NetBSD Problem Report #6475
Received: (qmail 11608 invoked from network); 21 Nov 1998 00:49:31 -0000
Message-Id: <199811210048.QAA00445@Cuisinart.Stanford.EDU>
Date: Fri, 20 Nov 1998 16:48:05 -0800 (PST)
From: Jonathan Stone <jonathan@DSG.Stanford.EDU>
Reply-To: jonathan@netbsd.org
To: gnats-bugs@gnats.netbsd.org
Subject: NetBSD's MI le driver does not report giant Ethernet packets
X-Send-Pr-Version: 3.95
>Number: 6475
>Category: kern
>Synopsis: NetBSD's MI le driver does not report giant Ethernet packets
>Confidential: no
>Severity: serious
>Priority: medium
>Responsible: kern-bug-people
>State: suspended
>Class: sw-bug
>Submitter-Id: net
>Arrival-Date: Fri Nov 20 16:50:01 +0000 1998
>Closed-Date:
>Last-Modified: Sat Jan 05 08:34:28 +0000 2002
>Originator: Jonathan Stone
>Release: 19981114
>Organization:
>Environment:
System: NetBSD Cuisinart.Stanford.EDU 1.3H NetBSD 1.3H (EGCS-HAIFA) #15: Sun Nov 15 17:05:22 PST 1998 jonathan@Cuisinart.Stanford.EDU:/cuisinart/compile/EGCS-HAIFA pmax
>Description:
NetBSD's MI le driver does not report giant Ethernet packets
as giant Ethernet packets.
>How-To-Repeat:
Connect two machines -- say, NetBSD/pmax and a Sparc running
SunOS 4.1.3 -- to a broadcast 10Mbit ethernet segment.
Arrange for a wayward machine to send a spray of giant packets
on an Ethernet segment (someone else's machine did this to me today).
Compare the logs from NetBSD-current and Solaris.
On the netbsd/pmax machine, I get:
le0: dropping chained buffer
le0: dropping chained buffer
le0: dropping chained buffer
[repeated ad infinitum -- so much so i lost console access and rebooted]
On the SunOS 4.1.3_U1 sparc I get:
le0: Receive: giant packet from 0:40:33:a0:4c:7c
le0: Receive: STP in rmd cleared
le0: Receive: giant packet from 55:55:55:55:55:5
le0: Receive: STP in rmd cleared
le0: Receive: giant packet from 55:55:55:55:55:5
le0: Receive: STP in rmd cleared
le0: Receive: giant packet from 55:55:55:55:55:5
assuming this problem really is due to giant-packet errors, the SunOS
message seems much more informative.
>Fix:
I dont have a LANCE databook.
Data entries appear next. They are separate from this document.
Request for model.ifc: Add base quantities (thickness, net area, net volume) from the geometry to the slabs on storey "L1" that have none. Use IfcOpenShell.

First a look at what the model holds.

```python
import ifcopenshell
import ifcopenshell.util.element
import ifcopenshell.util.unit

model = ifcopenshell.open("model.ifc")
print(model.schema)
for unit_type in ("LENGTHUNIT", "AREAUNIT", "VOLUMEUNIT"):
    print(unit_type, ifcopenshell.util.unit.calculate_unit_scale(model, unit_type))
storey = next(s for s in model.by_type("IfcBuildingStorey") if s.Name == "L1")
slabs = [e for e in ifcopenshell.util.element.get_decomposition(storey) if e.is_a("IfcSlab")]
for e in sorted(slabs, key=lambda e: e.id()):
    print(e.id(), e.is_a(), e.Name, list(ifcopenshell.util.element.get_psets(e, qtos_only=True)), sep=" | ")
```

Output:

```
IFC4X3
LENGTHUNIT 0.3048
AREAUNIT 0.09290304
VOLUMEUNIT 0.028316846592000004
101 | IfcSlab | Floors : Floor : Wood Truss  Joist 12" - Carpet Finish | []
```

```python
import ifcopenshell
import ifcopenshell.api.pset
import ifcopenshell.geom
import ifcopenshell.util.element
import ifcopenshell.util.shape
import ifcopenshell.util.unit

model = ifcopenshell.open("model.ifc")
unit_scale = ifcopenshell.util.unit.calculate_unit_scale(model)
area_scale = ifcopenshell.util.unit.calculate_unit_scale(model, "AREAUNIT")
volume_scale = ifcopenshell.util.unit.calculate_unit_scale(model, "VOLUMEUNIT")
settings = ifcopenshell.geom.settings()

storey = next(s for s in model.by_type("IfcBuildingStorey") if s.Name == "L1")
slabs = [e for e in ifcopenshell.util.element.get_decomposition(storey) if e.is_a("IfcSlab")]

for e in sorted(slabs, key=lambda e: e.id()):
    if ifcopenshell.util.element.get_psets(e, qtos_only=True, should_inherit=False):
        continue
    # Geometry comes back in metres, in the element's own axes.
    shape = ifcopenshell.geom.create_shape(settings, e)
    values = {
        "Width": ifcopenshell.util.shape.get_z(shape.geometry) / unit_scale,
        "NetArea": ifcopenshell.util.shape.get_footprint_area(shape.geometry) / area_scale,
        "NetVolume": ifcopenshell.util.shape.get_volume(shape.geometry) / volume_scale,
    }
    qto = ifcopenshell.api.pset.add_qto(model, product=e, name="Qto_SlabBaseQuantities")
    ifcopenshell.api.pset.edit_qto(model, qto=qto, properties=values)
    print(e.id(), {k: round(v, 3) for k, v in values.items()})

model.write("model_edited.ifc")
```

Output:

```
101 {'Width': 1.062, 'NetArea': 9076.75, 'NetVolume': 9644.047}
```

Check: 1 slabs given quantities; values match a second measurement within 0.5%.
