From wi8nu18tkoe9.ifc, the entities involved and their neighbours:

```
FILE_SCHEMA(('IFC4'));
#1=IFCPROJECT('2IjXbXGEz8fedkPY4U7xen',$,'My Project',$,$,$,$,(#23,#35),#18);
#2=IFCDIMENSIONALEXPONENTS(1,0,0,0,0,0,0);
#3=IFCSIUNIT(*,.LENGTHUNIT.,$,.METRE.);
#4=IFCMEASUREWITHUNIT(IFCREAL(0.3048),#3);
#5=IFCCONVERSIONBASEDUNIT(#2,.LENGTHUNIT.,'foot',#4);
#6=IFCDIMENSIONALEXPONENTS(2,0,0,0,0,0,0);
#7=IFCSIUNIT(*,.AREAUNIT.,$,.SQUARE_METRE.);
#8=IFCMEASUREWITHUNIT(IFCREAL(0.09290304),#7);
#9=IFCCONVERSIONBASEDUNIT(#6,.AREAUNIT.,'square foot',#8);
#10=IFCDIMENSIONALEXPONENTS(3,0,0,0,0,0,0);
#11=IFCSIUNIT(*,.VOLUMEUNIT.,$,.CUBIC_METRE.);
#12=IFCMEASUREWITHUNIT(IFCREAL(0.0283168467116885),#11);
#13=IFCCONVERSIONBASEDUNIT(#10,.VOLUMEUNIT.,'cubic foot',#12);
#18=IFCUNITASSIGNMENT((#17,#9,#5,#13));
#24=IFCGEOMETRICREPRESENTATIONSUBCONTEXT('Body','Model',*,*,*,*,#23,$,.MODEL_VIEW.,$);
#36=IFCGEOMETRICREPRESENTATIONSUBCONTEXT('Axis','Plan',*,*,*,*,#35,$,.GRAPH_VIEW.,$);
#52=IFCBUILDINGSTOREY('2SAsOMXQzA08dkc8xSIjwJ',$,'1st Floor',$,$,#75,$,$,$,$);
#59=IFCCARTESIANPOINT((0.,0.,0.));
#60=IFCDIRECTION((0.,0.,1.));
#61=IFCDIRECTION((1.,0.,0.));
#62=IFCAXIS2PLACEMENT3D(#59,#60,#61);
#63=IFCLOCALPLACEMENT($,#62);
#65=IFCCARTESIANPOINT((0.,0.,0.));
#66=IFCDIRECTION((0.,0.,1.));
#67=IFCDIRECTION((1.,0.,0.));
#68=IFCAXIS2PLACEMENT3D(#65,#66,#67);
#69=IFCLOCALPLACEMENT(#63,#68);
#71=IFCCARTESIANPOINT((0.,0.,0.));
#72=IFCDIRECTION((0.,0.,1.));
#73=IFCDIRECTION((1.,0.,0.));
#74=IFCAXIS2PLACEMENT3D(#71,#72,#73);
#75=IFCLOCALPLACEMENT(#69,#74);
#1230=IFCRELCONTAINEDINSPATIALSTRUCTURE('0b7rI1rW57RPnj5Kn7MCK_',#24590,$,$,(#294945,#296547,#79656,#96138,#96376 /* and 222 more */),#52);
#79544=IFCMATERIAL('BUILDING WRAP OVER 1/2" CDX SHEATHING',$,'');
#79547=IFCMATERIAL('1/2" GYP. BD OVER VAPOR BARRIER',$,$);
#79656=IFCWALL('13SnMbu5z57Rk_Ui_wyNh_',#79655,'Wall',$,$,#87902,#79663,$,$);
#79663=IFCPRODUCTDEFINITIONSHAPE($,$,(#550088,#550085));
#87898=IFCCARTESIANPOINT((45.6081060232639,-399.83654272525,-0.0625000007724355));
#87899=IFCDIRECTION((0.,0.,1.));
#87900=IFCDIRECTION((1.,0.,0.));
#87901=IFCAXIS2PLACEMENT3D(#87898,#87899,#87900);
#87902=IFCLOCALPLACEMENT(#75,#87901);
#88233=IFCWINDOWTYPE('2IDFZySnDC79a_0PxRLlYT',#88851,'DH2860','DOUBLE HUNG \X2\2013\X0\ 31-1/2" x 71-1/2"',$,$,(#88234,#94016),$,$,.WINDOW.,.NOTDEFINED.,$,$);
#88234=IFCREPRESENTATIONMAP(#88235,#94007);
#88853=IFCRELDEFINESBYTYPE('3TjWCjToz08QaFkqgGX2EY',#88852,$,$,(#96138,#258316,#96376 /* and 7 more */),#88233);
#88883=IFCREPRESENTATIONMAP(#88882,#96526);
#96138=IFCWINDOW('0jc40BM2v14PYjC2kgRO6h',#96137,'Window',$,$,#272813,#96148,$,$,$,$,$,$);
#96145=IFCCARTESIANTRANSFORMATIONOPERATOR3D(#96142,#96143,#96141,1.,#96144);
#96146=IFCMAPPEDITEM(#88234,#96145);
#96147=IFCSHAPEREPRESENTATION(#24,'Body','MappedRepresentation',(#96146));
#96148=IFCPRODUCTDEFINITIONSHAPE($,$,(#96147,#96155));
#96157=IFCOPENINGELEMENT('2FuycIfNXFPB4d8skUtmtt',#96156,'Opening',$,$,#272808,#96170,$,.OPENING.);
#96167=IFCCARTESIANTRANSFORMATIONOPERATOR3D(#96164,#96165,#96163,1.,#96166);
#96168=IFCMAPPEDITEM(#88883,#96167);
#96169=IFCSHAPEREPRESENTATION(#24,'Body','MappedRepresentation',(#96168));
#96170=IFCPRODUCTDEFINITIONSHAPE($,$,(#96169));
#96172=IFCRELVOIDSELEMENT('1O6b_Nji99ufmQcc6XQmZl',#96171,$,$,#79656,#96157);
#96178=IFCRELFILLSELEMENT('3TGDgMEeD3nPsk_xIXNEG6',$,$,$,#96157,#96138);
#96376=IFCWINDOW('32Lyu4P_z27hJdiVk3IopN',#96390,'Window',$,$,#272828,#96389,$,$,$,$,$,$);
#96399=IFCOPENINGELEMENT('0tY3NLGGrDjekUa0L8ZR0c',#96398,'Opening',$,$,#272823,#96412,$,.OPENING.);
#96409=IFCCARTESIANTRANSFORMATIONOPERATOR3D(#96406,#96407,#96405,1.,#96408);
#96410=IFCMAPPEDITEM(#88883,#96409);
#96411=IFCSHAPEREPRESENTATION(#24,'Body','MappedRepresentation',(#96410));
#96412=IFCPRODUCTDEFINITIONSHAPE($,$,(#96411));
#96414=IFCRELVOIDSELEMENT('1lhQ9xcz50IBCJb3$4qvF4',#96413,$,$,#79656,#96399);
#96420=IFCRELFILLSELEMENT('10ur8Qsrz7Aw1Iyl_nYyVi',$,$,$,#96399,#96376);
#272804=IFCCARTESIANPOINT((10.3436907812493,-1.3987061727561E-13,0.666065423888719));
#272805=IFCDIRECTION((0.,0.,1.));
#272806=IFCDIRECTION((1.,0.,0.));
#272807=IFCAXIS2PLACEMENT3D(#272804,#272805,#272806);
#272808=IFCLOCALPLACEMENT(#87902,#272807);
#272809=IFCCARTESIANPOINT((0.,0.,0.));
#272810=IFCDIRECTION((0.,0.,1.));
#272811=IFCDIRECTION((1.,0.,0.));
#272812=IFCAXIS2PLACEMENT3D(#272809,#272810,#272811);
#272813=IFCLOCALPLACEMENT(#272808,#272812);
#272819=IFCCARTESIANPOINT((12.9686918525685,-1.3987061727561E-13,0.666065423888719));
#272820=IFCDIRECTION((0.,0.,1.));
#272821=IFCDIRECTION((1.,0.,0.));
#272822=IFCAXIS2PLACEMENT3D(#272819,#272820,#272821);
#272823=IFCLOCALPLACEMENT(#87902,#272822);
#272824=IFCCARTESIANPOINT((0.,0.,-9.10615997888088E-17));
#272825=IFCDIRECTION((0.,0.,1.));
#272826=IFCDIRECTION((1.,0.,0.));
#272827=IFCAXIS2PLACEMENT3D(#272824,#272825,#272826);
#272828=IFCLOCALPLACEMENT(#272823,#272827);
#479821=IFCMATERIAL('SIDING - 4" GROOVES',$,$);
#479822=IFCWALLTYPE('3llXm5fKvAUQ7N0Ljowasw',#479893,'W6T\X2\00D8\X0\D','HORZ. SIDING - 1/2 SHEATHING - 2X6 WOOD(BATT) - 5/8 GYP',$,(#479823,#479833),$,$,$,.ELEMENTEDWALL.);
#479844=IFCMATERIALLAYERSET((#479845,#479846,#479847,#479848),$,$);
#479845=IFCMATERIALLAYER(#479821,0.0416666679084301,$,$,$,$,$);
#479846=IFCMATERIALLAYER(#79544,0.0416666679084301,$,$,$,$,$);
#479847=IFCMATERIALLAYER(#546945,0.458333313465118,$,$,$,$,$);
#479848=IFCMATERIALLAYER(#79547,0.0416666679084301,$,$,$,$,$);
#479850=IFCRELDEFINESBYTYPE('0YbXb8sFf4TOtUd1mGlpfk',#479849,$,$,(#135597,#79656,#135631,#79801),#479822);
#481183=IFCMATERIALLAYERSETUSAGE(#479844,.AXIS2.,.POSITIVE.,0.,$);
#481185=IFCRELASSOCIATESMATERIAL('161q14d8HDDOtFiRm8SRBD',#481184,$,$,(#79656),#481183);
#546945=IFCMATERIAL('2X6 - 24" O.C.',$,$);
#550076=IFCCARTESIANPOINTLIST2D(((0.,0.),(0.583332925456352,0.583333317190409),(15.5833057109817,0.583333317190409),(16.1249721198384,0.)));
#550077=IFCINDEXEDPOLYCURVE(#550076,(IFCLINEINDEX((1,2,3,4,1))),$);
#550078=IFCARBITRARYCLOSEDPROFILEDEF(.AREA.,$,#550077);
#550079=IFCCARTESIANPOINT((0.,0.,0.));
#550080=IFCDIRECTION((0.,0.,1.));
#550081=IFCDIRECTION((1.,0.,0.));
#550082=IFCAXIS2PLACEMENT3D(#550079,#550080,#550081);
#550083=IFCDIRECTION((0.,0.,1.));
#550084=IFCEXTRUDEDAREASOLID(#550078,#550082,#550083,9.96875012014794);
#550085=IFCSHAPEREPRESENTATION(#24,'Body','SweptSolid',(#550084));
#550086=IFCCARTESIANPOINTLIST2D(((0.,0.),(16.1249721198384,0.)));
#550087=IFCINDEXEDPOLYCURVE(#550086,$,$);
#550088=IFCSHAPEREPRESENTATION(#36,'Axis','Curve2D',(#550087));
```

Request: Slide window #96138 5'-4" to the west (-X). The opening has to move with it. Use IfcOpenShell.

```python
import ifcopenshell
import ifcopenshell.api.geometry
import ifcopenshell.util.placement
import ifcopenshell.util.unit

model = ifcopenshell.open("wi8nu18tkoe9.ifc")
unit_scale = ifcopenshell.util.unit.calculate_unit_scale(model)

window = model.by_guid("0jc40BM2v14PYjC2kgRO6h")
opening = window.FillsVoids[0].RelatingOpeningElement
wall = opening.VoidsElements[0].RelatingBuildingElement

wall_matrix = ifcopenshell.util.placement.get_local_placement(wall.ObjectPlacement)
shift = wall_matrix[:3, 0] * -64 * 0.0254 / unit_scale
before = ifcopenshell.util.placement.get_local_placement(window.ObjectPlacement)[:3, 3].copy()

# The window is placed relative to its opening, so it follows when the opening moves.
matrix = ifcopenshell.util.placement.get_local_placement(opening.ObjectPlacement)
matrix[:3, 3] += shift
ifcopenshell.api.geometry.edit_object_placement(
    model, product=opening, matrix=matrix, is_si=False, should_transform_children=True
)

after = ifcopenshell.util.placement.get_local_placement(window.ObjectPlacement)[:3, 3]
print("window moved by", (after - before).round(3) + 0.0)

model.write("wi8nu18tkoe9-out.ifc")
```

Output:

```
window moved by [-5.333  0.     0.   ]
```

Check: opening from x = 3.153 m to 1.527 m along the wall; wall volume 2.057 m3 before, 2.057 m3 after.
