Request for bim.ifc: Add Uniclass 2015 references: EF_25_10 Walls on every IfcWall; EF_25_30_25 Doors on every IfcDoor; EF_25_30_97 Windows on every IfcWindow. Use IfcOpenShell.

First a look at what the model holds.

```python
import ifcopenshell

model = ifcopenshell.open("bim.ifc")
print(model.schema)
print("classifications:", [c.Name for c in model.by_type("IfcClassification")])
for ifc_class in ("IfcDoor", "IfcRoof", "IfcStair", "IfcWall", "IfcWindow"):
    print(ifc_class, len(model.by_type(ifc_class)))
```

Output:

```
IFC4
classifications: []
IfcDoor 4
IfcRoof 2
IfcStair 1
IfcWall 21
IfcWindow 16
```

```python
import ifcopenshell
import ifcopenshell.api.classification

model = ifcopenshell.open("bim.ifc")

system = ifcopenshell.api.classification.add_classification(model, classification="Uniclass 2015")

codes = {
    "IfcWall": ("EF_25_10", "Walls"),
    "IfcDoor": ("EF_25_30_25", "Doors"),
    "IfcWindow": ("EF_25_30_97", "Windows"),
}
for ifc_class, (code, name) in codes.items():
    products = model.by_type(ifc_class)
    ifcopenshell.api.classification.add_reference(
        model, products=products, classification=system, identification=code, name=name
    )
    print(code, len(products))

model.write("bim_rev.ifc")
```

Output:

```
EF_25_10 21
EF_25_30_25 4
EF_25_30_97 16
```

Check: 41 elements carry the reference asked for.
But from looking at the SunOS messages,
it looks like some chip revisions do not set STP and OFLO in quite the
way that am7990.c's input-error handler expects.
>Release-Note:
>Audit-Trail:
From: Robert Elz <kre@munnari.OZ.AU>
To: jonathan@DSG.Stanford.EDU
Cc: gnats-bugs@gnats.netbsd.org
Subject: Re: kern/6475:
Date: Sat, 21 Nov 1998 23:23:04 +1100
Date: Fri, 20 Nov 1998 16:48:05 -0800 (PST)
From: Jonathan Stone <jonathan@DSG.Stanford.EDU>
Message-ID: <199811210048.QAA00445@Cuisinart.Stanford.EDU>
| I dont have a LANCE databook. But from looking at the SunOS messages,
| it looks like some chip revisions do not set STP and OFLO in quite the
| way that am7990.c's input-error handler expects.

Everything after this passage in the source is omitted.